There are a few other stereo designs that I've used over the years and some others, including a "boundary effect" microphone that's not just subtle but similarly produces excellent results even in a room with little furniture. Ideal for audio blogging, gaming and and places you don't want to take that beautiful piece of brass Matt's created for us. (I have a rather nosy cat for example and the last thing I need is to have my microphone crushed as he pounces on it!).

If you've managed to make it this far you should now be able to understand why we can't tell where a sound is coming from if it is being made in another room. Sure, we can tell if someone is in the shower because we hear the water running, but without that clue something like a voice might appear to be coming from (say) the living room when the speaker is in a completely different place in your home. 

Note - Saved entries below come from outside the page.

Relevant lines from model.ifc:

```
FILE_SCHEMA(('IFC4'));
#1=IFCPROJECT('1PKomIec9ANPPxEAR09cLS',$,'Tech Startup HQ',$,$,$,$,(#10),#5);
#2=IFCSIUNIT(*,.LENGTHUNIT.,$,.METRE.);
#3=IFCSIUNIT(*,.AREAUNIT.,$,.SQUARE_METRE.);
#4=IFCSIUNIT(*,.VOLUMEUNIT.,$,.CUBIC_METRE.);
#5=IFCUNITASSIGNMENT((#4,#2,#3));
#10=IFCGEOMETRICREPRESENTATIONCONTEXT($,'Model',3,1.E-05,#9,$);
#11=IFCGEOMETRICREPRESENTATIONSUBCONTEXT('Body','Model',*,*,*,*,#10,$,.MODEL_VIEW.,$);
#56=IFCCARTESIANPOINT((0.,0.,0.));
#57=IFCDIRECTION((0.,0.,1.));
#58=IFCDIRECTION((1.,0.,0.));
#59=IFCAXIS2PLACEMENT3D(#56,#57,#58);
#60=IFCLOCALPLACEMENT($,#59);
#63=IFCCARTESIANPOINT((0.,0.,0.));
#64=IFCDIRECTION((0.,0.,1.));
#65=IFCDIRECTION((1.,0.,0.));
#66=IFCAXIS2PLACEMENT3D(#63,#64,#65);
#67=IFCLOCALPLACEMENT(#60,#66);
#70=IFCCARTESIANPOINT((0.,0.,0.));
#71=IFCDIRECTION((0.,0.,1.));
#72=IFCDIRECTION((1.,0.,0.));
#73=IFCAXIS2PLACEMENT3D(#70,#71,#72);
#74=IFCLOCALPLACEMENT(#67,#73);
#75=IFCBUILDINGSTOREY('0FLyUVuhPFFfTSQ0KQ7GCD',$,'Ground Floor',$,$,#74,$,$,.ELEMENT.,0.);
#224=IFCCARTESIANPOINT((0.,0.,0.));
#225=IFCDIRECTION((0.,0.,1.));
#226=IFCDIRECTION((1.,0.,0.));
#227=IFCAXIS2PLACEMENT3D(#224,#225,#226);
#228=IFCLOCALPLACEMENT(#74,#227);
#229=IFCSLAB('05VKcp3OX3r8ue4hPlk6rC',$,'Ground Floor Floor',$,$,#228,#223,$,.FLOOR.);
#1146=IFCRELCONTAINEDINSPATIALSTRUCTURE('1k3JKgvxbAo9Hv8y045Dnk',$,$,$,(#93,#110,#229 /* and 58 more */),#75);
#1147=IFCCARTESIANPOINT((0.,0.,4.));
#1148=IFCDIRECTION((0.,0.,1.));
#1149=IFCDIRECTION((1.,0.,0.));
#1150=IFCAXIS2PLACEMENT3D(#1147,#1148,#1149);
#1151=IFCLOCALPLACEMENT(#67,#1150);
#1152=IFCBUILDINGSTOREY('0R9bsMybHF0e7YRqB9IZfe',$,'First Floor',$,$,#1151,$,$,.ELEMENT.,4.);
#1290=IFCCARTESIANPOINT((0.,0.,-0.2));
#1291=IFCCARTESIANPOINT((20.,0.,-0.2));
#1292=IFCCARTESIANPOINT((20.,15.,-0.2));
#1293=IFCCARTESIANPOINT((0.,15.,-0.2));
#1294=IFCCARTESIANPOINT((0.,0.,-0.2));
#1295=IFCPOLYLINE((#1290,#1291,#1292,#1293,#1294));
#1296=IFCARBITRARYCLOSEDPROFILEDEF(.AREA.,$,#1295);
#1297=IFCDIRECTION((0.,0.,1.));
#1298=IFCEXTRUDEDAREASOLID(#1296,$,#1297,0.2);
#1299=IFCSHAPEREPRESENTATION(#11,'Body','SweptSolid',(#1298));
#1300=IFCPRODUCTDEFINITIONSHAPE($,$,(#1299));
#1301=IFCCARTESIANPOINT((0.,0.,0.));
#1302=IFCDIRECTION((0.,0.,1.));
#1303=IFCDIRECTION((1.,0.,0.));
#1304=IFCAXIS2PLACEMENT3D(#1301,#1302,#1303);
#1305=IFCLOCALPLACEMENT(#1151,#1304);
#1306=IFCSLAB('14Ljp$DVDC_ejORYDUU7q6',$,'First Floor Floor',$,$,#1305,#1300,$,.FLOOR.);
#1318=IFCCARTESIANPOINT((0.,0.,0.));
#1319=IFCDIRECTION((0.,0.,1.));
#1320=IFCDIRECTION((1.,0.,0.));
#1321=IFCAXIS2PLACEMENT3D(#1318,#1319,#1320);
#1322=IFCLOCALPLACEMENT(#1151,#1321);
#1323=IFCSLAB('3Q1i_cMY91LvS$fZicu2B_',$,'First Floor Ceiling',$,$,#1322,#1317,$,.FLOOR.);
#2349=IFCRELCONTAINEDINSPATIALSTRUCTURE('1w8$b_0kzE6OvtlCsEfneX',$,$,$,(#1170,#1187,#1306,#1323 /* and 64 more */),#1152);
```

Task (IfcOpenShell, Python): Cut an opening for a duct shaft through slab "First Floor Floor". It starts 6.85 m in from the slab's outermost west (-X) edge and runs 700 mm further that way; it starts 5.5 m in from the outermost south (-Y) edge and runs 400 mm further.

```python
import numpy as np
import ifcopenshell
import ifcopenshell.api.feature
import ifcopenshell.api.geometry
import ifcopenshell.api.root
import ifcopenshell.geom
import ifcopenshell.util.placement
import ifcopenshell.util.representation
import ifcopenshell.util.shape
import ifcopenshell.util.unit

model = ifcopenshell.open("model.ifc")
unit_scale = ifcopenshell.util.unit.calculate_unit_scale(model)
settings = ifcopenshell.geom.settings()


def volume(element):
    """Net volume in cubic metres, openings subtracted."""
    shape = ifcopenshell.geom.create_shape(settings, element)
    return ifcopenshell.util.shape.get_volume(shape.geometry)


slab = model.by_guid("14Ljp$DVDC_ejORYDUU7q6")
before = volume(slab)

# Extent in the slab's own axes, in metres. The edges named are its -X and -Y sides.
slab_shape = ifcopenshell.geom.create_shape(settings, slab)
vertices = ifcopenshell.util.shape.get_vertices(slab_shape.geometry)
x_min, y_min, bottom = vertices.min(axis=0)
top = vertices[:, 2].max()

opening = ifcopenshell.api.root.create_entity(model, ifc_class="IfcOpeningElement", name="Duct shaft opening", predefined_type="OPENING")
context = ifcopenshell.util.representation.get_context(model, "Model", "Body", "MODEL_VIEW")
width, depth = 0.7, 0.4
outline = [(0.0, 0.0), (width, 0.0), (width, depth), (0.0, depth), (0.0, 0.0)]
# Overshoot both faces by 50 mm so the cut is clean.
shape = ifcopenshell.api.geometry.add_slab_representation(
    model, context=context, depth=top - bottom + 0.1, polyline=outline
)
ifcopenshell.api.geometry.assign_representation(model, product=opening, representation=shape)

matrix = ifcopenshell.util.placement.get_local_placement(slab.ObjectPlacement)
matrix[:, 3] = matrix @ np.append(np.array([x_min + 6.85, y_min + 5.5, bottom - 0.05]) / unit_scale, 1.0)
ifcopenshell.api.geometry.edit_object_placement(model, product=opening, matrix=matrix, is_si=False)
ifcopenshell.api.feature.add_feature(model, feature=opening, element=slab)

after = volume(slab)

print(f"slab volume {before:.3f} -> {after:.3f} m3")

model.write("model-out.ifc")
```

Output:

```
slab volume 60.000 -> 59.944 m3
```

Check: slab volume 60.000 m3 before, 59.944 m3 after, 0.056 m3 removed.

Remember that if someone shouts to you upstairs from a room downstairs, that pressure wave has to go around multiple corners to get to you - it gets reflected off different surfaces, some soft like carpet, others hard like plaster and brickwork. Much the same applies in dense forest when someone gets lost. Sound bounces around the trees, gets absorbed by undergrowth just like the buffer material on a Jecklin Disc and by the time someone hears it, any chance of direction is distorted.

Keen nature recordists will experience in forests after a rainfall. The timbre of any sound we hear (or that is collected by the microphone) is directly affected by the water on the leaves, in the ground: indeed, even by the humidity. Again, you can experience this for yourself by familiarising your ears to a local park in spring or summer and then going back on a crisp winter morning. The hard ice on everything reflects high frequency sound and therefore, the sounds we hear are different, more defined.

This is why professionally designed auditoriums are invariably very large indeed. It's not just about getting a lot of bums on seats (that's a useful side effect) it's about creating a space where sounds can travel largely unencumbered from the performers to the audience.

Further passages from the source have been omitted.